Reference: The Story of Philosophy

This paper presents Chapter IV Section 4.3 from the book THE STORY OF PHILOSOPHY by WILL DURANT. The contents are from the 1933 reprint of this book by TIME INCORPORATED by arrangement with Simon and Schuster, Inc.

The paragraphs of the original material (in black) are accompanied by brief comments (in color) based on the present understanding.  Feedback on these comments is appreciated.

The heading below is linked to the original materials.

.

IV.3 Intelligence and Morals

Ultimately there are but three systems of ethics, three conceptions of the ideal character and the moral life. One is that of Buddha and Jesus, which stresses the feminine virtues, considers all men to be equally precious, resists evil only by returning good, identifies virtue with love, and inclines in politics to unlimited democracy. Another is the ethic of Machiavelli and Nietzsche, which stresses the masculine virtues, accepts the inequality of men, relishes the risks of combat and conquest and rule, identifies virtue with power, and exalts an hereditary aristocracy. A third, the ethic of Socrates, Plato, and Aristotle, denies the universal applicability of either the feminine or the masculine virtues; considers that only the informed and mature mind can judge, according to diverse circumstance, when love should rule, and when power; identifies virtue, therefore, with intelligence; and advocates a varying mixture of aristocracy and democracy in government. It is the distinction of Spinoza that his ethic unconsciously reconciles these apparently hostile philosophies, weaves them into a harmonious unity, and gives us in consequence a system of morals which is the supreme achievement of modern thought. He begins by making happiness the goal of conduct; and he defines happiness very simply as the presence of pleasure and the absence of pain. But pleasure and pain are relative, not absolute; and they are not states but transitions. “Pleasure is man’s transition from a lesser state of perfection” (i. e., completeness, or fulfillment) “to a greater.” “Joy consists in this, that one’s power is increased.”* “Pain is man’s transition from a greater state of perfection to a lesser. I say transition; for pleasure is not perfection itself: if a man were born with the perfection to which he passes he would be without … the emotion of pleasure. And the contrary of this makes it still more apparent.” All passions are passages, all emotions are motions, towards or from completeness and power. 

*Nietzsche: “What is happinessP The feeling that power increases. that resistance is overcome.” 

Spinoza begins by making happiness the goal of conduct; and he defines happiness very simply as the presence of pleasure and the absence of pain. All passions are passages, all emotions are motions, towards or from completeness and power. 

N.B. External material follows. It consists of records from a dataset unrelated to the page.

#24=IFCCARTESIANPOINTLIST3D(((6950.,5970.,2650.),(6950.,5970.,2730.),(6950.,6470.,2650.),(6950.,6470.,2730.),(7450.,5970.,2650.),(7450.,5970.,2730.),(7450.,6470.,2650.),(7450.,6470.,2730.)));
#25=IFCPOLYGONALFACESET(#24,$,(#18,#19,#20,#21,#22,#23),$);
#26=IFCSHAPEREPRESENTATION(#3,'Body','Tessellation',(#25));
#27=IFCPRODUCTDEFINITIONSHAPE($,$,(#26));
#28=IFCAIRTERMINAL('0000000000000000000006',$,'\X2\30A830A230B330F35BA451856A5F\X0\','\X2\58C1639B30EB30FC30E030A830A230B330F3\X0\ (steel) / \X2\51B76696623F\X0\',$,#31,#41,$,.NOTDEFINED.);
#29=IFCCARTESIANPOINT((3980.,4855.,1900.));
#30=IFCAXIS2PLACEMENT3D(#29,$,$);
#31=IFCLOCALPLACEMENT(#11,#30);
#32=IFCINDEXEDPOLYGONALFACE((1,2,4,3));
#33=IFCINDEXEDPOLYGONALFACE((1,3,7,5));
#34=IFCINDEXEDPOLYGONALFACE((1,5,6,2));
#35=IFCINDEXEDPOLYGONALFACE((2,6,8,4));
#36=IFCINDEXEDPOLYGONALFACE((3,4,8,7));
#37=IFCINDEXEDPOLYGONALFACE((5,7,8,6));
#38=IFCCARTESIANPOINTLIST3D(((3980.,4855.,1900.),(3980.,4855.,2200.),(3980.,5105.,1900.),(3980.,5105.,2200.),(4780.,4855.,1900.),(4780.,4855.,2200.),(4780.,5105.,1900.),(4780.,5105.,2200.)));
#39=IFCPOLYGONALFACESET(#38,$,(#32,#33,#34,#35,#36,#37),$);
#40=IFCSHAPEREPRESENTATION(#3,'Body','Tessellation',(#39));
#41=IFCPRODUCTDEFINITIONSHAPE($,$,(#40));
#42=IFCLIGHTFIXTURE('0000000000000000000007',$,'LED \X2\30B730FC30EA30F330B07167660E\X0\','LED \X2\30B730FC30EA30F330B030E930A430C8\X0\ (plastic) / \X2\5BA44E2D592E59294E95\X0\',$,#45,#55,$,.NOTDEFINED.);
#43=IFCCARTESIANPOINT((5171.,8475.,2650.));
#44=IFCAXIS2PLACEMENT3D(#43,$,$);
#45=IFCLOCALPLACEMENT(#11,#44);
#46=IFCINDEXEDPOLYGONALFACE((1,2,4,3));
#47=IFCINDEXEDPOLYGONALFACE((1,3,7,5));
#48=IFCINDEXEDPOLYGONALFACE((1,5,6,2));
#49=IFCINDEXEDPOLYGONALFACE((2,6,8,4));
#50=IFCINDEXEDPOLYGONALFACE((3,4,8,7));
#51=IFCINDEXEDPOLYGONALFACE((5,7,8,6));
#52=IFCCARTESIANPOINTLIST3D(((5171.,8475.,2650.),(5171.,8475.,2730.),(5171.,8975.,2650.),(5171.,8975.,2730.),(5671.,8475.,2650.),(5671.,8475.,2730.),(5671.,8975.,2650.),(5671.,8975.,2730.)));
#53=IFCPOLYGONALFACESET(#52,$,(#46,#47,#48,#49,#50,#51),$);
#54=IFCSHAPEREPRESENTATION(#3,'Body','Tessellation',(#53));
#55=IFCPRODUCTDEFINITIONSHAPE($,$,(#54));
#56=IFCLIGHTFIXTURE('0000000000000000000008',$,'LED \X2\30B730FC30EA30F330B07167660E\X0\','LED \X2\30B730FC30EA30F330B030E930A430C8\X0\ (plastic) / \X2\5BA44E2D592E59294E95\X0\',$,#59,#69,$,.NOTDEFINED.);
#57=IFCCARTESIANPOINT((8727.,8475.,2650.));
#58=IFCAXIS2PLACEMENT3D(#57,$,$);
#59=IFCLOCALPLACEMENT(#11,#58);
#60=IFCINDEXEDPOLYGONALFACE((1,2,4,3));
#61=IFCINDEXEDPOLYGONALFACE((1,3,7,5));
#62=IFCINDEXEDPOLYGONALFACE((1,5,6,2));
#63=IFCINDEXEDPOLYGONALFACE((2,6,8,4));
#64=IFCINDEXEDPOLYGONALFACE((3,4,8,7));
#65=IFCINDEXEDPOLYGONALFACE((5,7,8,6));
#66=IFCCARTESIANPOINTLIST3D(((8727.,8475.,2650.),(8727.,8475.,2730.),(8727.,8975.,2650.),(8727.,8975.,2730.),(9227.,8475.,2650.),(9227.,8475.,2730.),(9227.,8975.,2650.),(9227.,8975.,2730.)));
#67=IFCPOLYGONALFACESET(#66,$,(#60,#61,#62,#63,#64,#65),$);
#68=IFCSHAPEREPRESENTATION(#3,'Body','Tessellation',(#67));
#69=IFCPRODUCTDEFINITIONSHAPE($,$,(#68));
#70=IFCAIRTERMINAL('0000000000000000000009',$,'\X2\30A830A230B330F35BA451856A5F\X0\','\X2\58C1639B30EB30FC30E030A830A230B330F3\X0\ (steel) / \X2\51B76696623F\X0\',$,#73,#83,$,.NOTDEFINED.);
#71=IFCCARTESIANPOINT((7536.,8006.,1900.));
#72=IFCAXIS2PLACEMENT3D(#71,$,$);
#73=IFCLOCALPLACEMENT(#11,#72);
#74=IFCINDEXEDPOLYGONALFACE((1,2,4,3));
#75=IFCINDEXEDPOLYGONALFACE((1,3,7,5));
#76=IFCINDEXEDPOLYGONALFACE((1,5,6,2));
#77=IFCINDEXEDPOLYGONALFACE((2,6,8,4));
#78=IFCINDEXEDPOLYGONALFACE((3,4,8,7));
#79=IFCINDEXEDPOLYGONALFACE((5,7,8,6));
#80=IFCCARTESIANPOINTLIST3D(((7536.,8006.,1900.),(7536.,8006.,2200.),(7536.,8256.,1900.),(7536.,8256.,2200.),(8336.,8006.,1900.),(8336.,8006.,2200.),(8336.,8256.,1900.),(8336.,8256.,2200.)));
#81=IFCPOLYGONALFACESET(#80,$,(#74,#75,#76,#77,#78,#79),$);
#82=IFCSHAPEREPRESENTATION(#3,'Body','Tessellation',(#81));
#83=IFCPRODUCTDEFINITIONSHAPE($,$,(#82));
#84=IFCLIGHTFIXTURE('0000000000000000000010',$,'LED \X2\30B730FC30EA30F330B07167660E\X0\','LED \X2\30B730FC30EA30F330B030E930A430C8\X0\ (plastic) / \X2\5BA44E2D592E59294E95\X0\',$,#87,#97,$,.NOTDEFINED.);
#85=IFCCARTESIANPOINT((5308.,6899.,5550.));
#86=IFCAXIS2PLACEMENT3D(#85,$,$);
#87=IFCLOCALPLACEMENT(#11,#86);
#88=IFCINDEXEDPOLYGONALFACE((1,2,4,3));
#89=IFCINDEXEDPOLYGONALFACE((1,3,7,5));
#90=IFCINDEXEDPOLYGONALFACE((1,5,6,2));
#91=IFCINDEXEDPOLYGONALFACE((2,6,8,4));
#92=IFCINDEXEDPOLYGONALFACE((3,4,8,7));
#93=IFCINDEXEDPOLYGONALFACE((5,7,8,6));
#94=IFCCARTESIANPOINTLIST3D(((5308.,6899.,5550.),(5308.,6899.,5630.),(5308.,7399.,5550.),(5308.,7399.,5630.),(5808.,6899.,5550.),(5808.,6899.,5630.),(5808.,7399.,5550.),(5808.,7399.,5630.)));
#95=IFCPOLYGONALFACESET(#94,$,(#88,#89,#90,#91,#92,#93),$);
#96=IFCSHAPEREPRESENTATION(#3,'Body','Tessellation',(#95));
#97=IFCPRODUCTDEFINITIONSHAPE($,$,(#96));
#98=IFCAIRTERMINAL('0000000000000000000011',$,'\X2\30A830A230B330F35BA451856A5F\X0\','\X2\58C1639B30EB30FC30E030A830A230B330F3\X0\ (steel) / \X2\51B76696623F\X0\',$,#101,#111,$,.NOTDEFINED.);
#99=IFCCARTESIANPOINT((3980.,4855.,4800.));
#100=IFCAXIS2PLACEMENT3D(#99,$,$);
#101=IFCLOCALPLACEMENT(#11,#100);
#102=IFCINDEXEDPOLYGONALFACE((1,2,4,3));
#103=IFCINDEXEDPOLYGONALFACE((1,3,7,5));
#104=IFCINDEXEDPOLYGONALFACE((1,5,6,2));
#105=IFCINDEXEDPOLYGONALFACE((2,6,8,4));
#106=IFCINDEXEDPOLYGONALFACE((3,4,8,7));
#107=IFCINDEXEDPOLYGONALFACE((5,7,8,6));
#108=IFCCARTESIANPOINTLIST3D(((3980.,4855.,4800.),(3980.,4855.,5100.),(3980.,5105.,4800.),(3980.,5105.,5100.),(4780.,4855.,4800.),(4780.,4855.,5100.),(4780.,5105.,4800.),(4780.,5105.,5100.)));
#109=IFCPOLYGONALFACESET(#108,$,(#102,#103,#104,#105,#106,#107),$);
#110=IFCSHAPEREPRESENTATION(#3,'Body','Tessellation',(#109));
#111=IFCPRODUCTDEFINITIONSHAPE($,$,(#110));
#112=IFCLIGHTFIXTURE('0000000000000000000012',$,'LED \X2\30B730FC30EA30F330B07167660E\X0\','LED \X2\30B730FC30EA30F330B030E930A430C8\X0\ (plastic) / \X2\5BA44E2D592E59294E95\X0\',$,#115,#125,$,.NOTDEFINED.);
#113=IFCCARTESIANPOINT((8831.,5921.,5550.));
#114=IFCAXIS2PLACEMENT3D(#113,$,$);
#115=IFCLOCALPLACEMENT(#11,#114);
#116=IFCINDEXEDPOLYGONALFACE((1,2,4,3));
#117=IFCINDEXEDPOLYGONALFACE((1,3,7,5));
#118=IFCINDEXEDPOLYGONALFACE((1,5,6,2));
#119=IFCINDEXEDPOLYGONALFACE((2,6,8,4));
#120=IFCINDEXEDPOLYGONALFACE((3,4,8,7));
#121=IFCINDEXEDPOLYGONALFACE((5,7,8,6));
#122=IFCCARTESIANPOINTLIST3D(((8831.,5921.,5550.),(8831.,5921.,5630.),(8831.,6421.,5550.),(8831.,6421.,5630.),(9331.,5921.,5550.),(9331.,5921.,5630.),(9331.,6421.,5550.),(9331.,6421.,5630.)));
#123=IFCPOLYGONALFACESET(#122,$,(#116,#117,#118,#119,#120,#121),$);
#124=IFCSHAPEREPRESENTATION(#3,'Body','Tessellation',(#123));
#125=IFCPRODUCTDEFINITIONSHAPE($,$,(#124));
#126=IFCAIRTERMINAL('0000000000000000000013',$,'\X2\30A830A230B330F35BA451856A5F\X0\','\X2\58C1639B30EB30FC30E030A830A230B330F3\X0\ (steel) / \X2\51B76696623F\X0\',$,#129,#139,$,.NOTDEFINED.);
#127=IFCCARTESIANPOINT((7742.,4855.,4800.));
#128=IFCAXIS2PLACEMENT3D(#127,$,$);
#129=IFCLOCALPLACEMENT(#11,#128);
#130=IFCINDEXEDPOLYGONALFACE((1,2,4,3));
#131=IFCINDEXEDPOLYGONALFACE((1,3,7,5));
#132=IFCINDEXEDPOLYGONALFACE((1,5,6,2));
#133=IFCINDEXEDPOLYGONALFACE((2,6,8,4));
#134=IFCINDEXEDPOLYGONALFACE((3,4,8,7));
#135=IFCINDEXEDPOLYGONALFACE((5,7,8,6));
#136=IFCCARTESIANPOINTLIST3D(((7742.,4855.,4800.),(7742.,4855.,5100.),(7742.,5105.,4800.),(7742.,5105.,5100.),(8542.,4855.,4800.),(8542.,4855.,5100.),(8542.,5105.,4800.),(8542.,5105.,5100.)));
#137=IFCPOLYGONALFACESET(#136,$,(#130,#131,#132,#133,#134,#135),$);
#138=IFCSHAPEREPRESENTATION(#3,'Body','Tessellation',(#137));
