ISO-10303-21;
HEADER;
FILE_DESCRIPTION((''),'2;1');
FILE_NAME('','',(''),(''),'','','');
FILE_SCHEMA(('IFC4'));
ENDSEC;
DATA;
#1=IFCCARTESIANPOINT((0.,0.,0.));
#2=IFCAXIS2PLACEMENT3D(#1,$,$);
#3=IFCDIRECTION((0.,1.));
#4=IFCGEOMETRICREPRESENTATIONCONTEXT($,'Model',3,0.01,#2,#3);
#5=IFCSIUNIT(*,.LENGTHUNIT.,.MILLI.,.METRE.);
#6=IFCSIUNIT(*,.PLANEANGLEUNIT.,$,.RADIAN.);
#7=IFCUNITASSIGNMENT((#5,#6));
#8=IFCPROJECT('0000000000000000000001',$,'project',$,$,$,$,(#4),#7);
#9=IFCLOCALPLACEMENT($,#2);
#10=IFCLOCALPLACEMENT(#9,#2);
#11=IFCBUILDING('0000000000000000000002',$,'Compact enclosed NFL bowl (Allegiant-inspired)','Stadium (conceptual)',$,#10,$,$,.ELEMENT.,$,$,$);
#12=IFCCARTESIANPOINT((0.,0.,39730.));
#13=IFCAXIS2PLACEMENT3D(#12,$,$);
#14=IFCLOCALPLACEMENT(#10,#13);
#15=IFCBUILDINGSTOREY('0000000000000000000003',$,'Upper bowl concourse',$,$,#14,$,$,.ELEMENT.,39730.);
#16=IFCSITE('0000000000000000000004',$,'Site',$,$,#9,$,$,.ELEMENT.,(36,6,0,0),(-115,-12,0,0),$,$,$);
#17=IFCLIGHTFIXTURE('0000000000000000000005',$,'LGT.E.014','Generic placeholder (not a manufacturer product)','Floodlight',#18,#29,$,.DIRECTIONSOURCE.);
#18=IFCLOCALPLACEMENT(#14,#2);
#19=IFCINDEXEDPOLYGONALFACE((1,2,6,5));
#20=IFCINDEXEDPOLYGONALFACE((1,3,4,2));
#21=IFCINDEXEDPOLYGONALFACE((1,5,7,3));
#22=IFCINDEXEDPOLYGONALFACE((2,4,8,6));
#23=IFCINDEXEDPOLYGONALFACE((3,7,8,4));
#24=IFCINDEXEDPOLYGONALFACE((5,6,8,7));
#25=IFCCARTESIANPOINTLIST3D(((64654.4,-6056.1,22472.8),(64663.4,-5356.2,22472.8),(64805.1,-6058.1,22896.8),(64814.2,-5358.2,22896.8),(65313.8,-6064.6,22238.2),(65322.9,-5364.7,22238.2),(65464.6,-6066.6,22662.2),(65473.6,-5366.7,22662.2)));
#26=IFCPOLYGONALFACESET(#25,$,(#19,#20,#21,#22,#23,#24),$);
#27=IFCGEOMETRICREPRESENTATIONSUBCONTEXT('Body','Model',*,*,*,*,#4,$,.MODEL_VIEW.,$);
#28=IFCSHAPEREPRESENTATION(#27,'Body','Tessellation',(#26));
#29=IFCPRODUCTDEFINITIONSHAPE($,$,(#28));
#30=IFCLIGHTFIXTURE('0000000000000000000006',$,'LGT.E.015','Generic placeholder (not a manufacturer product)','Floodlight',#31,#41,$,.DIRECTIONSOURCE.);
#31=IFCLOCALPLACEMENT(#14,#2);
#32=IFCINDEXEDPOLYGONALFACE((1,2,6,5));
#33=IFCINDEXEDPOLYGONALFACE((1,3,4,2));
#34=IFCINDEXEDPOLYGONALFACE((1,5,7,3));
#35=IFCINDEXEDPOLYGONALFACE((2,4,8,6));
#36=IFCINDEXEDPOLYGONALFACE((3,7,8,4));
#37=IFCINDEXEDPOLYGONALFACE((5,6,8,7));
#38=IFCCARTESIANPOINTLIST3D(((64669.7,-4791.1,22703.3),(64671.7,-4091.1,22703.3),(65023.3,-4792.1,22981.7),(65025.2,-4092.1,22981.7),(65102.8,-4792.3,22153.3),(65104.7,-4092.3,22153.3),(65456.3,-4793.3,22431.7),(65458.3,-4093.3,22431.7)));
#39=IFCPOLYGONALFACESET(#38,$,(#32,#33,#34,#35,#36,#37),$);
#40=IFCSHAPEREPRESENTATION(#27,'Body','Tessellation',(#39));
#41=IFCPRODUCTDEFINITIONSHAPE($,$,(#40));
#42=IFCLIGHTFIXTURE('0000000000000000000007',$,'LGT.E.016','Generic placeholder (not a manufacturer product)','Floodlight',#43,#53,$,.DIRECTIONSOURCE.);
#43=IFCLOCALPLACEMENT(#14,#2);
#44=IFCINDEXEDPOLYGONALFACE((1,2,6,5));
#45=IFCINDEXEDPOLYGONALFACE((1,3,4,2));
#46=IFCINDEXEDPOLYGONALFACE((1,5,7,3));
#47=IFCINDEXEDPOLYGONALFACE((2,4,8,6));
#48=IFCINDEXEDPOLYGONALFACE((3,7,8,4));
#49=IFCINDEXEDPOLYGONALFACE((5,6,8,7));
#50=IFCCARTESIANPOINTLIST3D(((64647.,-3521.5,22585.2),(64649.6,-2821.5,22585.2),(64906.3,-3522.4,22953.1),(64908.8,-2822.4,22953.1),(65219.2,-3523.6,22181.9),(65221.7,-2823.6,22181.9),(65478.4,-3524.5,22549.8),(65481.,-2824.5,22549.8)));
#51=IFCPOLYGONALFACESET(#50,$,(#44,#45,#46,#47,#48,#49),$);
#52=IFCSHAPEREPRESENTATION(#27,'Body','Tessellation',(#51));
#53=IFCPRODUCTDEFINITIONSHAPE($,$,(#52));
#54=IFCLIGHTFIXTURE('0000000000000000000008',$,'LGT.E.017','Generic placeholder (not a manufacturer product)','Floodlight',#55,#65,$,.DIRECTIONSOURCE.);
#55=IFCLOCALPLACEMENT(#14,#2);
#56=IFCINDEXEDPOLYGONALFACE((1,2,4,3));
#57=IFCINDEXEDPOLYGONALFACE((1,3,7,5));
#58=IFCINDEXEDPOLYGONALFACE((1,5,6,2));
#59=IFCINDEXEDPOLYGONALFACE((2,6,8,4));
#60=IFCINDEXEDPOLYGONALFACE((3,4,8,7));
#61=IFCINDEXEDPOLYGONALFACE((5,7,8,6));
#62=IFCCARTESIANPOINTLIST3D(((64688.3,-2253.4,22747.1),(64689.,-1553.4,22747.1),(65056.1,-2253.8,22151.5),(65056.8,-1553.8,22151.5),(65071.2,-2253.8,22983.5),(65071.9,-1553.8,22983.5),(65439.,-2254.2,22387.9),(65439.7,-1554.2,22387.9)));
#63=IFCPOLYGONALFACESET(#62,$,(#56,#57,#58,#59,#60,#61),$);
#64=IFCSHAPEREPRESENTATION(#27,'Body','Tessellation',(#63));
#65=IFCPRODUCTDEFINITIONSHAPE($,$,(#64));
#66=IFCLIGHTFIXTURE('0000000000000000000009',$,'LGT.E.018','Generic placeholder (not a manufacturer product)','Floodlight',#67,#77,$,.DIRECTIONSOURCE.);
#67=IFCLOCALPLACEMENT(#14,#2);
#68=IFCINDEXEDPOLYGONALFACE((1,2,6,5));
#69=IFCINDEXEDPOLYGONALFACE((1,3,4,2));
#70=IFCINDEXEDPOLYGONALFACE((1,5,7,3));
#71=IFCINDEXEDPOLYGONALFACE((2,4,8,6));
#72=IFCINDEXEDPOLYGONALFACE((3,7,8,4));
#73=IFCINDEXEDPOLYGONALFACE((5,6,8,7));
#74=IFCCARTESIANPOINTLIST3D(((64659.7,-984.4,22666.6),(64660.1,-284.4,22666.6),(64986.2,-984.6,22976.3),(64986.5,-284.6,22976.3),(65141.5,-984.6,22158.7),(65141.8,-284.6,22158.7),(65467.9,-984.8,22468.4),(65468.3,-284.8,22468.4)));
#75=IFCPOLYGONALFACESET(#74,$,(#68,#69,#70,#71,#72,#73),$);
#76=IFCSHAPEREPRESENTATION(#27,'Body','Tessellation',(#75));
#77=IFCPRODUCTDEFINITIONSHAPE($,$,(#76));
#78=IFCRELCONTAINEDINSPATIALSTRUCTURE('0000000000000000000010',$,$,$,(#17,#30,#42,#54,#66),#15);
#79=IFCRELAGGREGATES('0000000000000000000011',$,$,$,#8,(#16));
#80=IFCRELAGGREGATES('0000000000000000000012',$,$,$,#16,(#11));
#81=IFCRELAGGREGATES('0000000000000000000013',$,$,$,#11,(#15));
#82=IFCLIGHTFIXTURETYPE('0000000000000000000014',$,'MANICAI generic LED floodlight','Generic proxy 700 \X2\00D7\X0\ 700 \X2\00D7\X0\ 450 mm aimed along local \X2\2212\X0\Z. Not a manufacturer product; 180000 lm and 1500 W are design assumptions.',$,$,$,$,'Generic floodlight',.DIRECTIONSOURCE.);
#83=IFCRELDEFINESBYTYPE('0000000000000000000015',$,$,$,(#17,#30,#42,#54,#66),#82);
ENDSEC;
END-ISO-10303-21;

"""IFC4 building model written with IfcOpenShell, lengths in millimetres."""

from ifc_helpers import new_model, si_unit, direction, frame, origin, place, context, subcontext, project, spatial, rectangle, extrude, source, transform, mapped, type_object, type_shapes, element, save


model = new_model("IFC4")

# Units and contexts
model_context = context("Model", 3, precision=0.01, world=origin(), true_north=direction((0.0, 1.0)))
body_context = subcontext(model_context, "Body", "Model", "MODEL_VIEW")
ifc_project = project(units=[si_unit("LENGTHUNIT", "METRE", prefix="MILLI"), si_unit("PLANEANGLEUNIT", "RADIAN")], contexts=[model_context])

# Site, building, storey
site_placement = place(None, origin())
site = spatial("IfcSite", under=ifc_project, at=site_placement, Name="Site", CompositionType="ELEMENT", RefLatitude=(36, 6, 0, 0), RefLongitude=(-115, -12, 0, 0))
building_placement = place(site_placement, origin())
building = spatial("IfcBuilding", under=site, at=building_placement, Name="Compact enclosed NFL bowl (Allegiant-inspired)", Description="Stadium (conceptual)", CompositionType="ELEMENT")
storey_placement = place(building_placement, frame((0.0, 0.0, 39730.0)))
storey = spatial("IfcBuildingStorey", under=building, at=storey_placement, Name="Upper bowl concourse", CompositionType="ELEMENT", Elevation=39730.0)

# Light fixtures
light_fixture_type = type_object("IfcLightFixtureType", Name="MANICAI generic LED floodlight", Description="Generic proxy 700 × 700 × 450 mm aimed along local −Z. Not a manufacturer product; 180000 lm and 1500 W are design assumptions.", ElementType="Generic floodlight", PredefinedType="DIRECTIONSOURCE")
shared_shape = source(origin(), body_context, "Body", "SweptSolid", [
    extrude(rectangle(XDim=700.0, YDim=700.0), frame((0.0, 0.0, -225.0)), (0.0, 0.0, 1.0), 450.0),
])
type_shapes(light_fixture_type, [shared_shape])
for number, where, z_axis, x_axis, name in (
    (1, (65064.0, -5711.4, 22567.5), (0.335041, -0.004319, 0.942194), (0.01289, 0.999917, 0.0), "LGT.E.014"),
    (2, (65064.0, -4442.2, 22567.5), (0.785672, -0.002206, 0.618639), (0.002807, 0.999996, 0.0), "LGT.E.015"),
    (3, (65064.0, -3173.0, 22567.5), (0.576129, -0.002082, 0.817356), (0.003613, 0.999993, 0.0), "LGT.E.016"),
    (4, (65064.0, -1903.8, 22567.5), (0.850831, -0.000803, 0.52544), (0.000944, 1.0, 0.0), "LGT.E.017"),
    (5, (65064.0, -634.6, 22567.5), (0.725492, -0.000351, 0.688231), (0.000483, 1.0, 0.0), "LGT.E.018"),
):
    element("IfcLightFixture", number, at=place(storey_placement, frame(where, z_axis=z_axis, x_axis=x_axis)), inside=storey, type_object=light_fixture_type, Name=name, Description="Generic placeholder (not a manufacturer product)", ObjectType="Floodlight", PredefinedType="DIRECTIONSOURCE", context=body_context, shape_type="MappedRepresentation", body=[
        mapped(shared_shape, transform((0.0, 0.0, 0.0))),
    ])

save(model, "model.ifc")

“By emotion (affectus) I understand the modifications of the body by which the power of action in the body is increased or diminished, aided or restrained, and at the same time the ideas of these modifications.” (This theory of emotion is usually credited to James and Lange; it is here formulated more precisely than by either of these psychologists, and accords remarkably with the findings of Professor Cannon.) A passion or an emotion is bad or good not in itself, but only as it decreases or enhances our power. “By virtue and power I mean the same thing”; a virtue is a power of acting, a form of ability; “the more a man can preserve his being and seek what is useful to him, the greater is his virtue.” Spinoza does not ask a man to sacrifice himself to another’s good; he is more lenient than nature. He thinks that egoism is a necessary corollary of the supreme instinct of self-preservation; “no one ever neglects anything which he judges to be good, except with the hope of gaining a greater good.” This seems to Spinoza perfectly reasonable. “Since reason demands nothing against nature, it concedes that each man must love himself, and seek what is useful to him, and desire whatever leads him truly to a greater state of perfection; and that each man should endeavor to preserve his being so far as in him lies.” So he builds his ethic not on altruism. and the natural goodness of man, like utopian reformers; nor on selfishness and the natural wickedness of man, like cynical conservatives, but on what he considers to be an inevitable and justifiable egoism. A system of morals that teaches a man to be weak is worthless; “the foundation of virtue is no other than the effort to maintain one’s being; and man’s happiness consists in the power of so doing.”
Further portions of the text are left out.